§ **Task requirements**
Would you tally how many lines in the records include the word "IFCEXTRUDEDAREASOLID"? Reply with the number only.

Start of Data excerpts

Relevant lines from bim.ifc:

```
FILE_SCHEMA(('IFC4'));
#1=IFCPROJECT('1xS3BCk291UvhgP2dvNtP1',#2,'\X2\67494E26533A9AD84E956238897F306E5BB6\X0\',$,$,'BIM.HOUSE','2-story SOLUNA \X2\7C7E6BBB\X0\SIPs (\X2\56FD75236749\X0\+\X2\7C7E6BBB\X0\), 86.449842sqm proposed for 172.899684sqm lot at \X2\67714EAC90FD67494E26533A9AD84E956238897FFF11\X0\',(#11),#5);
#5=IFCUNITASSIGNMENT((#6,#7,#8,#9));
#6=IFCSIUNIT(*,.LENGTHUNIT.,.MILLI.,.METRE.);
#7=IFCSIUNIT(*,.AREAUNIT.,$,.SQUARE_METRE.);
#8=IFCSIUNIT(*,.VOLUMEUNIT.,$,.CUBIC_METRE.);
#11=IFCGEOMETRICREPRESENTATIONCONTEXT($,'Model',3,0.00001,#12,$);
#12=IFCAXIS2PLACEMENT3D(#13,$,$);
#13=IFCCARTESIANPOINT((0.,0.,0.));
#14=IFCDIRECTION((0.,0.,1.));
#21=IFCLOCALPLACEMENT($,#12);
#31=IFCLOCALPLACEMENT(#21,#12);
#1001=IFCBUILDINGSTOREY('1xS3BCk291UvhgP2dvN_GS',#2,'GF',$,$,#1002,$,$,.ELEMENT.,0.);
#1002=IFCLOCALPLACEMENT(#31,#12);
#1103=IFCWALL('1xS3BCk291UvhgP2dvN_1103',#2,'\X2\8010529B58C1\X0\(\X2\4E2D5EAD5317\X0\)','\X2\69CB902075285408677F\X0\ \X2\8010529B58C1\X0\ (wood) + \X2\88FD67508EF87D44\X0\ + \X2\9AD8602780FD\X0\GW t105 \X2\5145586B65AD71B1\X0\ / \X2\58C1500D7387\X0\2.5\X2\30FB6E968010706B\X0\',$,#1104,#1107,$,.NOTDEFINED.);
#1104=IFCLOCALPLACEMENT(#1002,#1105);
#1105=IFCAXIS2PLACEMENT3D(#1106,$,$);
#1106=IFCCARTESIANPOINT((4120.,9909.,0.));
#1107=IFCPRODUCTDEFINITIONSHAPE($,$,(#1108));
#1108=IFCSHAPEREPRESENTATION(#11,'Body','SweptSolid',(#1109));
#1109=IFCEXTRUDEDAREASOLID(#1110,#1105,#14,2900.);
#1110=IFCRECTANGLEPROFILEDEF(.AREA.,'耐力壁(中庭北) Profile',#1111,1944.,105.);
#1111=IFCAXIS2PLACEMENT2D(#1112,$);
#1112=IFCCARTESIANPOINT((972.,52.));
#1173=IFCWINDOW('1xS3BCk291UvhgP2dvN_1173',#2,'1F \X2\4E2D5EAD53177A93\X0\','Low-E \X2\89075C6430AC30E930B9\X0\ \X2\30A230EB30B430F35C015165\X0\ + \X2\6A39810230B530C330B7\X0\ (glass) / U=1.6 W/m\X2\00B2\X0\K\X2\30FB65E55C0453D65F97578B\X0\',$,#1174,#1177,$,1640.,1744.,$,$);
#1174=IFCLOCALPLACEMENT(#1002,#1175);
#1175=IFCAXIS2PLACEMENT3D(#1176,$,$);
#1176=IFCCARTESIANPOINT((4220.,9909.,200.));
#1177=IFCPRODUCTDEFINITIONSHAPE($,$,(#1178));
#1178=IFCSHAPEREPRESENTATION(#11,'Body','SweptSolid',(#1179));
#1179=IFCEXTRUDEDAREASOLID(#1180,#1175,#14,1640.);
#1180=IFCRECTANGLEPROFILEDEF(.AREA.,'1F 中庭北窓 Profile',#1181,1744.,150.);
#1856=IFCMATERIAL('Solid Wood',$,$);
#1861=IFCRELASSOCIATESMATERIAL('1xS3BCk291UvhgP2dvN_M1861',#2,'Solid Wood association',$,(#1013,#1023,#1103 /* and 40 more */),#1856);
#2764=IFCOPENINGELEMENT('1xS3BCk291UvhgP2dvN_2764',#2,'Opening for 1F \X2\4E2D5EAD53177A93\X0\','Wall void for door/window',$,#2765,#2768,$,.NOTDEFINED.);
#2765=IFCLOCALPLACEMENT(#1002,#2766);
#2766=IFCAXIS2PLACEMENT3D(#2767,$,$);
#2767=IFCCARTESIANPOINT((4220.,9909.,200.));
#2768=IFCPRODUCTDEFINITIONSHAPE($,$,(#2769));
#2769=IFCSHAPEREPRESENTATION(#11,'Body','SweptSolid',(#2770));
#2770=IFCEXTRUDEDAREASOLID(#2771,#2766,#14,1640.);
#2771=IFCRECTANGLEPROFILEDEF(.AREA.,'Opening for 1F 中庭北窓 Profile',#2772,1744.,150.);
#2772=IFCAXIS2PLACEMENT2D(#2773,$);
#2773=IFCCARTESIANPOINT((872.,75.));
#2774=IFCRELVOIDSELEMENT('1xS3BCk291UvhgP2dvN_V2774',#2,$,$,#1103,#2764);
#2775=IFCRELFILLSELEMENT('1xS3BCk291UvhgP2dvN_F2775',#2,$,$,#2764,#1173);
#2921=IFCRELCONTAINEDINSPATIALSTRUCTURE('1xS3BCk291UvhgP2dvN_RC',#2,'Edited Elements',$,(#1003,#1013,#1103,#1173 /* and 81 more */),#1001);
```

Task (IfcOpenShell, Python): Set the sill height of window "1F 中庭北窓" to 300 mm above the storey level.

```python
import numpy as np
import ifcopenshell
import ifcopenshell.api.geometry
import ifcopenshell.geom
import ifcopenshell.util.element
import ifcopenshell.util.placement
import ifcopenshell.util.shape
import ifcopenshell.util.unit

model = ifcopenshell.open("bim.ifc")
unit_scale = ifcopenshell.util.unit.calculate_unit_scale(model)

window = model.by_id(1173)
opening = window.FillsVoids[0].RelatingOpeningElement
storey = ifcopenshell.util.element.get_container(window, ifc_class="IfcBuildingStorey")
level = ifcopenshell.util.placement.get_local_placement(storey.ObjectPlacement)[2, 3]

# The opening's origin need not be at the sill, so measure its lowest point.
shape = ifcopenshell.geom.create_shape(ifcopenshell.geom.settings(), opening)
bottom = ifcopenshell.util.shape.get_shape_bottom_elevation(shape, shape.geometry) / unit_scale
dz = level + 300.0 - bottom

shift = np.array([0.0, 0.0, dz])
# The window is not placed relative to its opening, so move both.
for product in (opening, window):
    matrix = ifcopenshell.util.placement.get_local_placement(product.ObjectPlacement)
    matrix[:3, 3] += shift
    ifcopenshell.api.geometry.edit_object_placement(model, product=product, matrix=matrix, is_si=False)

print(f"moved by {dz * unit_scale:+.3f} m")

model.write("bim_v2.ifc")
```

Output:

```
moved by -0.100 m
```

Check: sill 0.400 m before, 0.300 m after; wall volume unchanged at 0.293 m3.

End of Data excerpts

§ **Exercise result**
3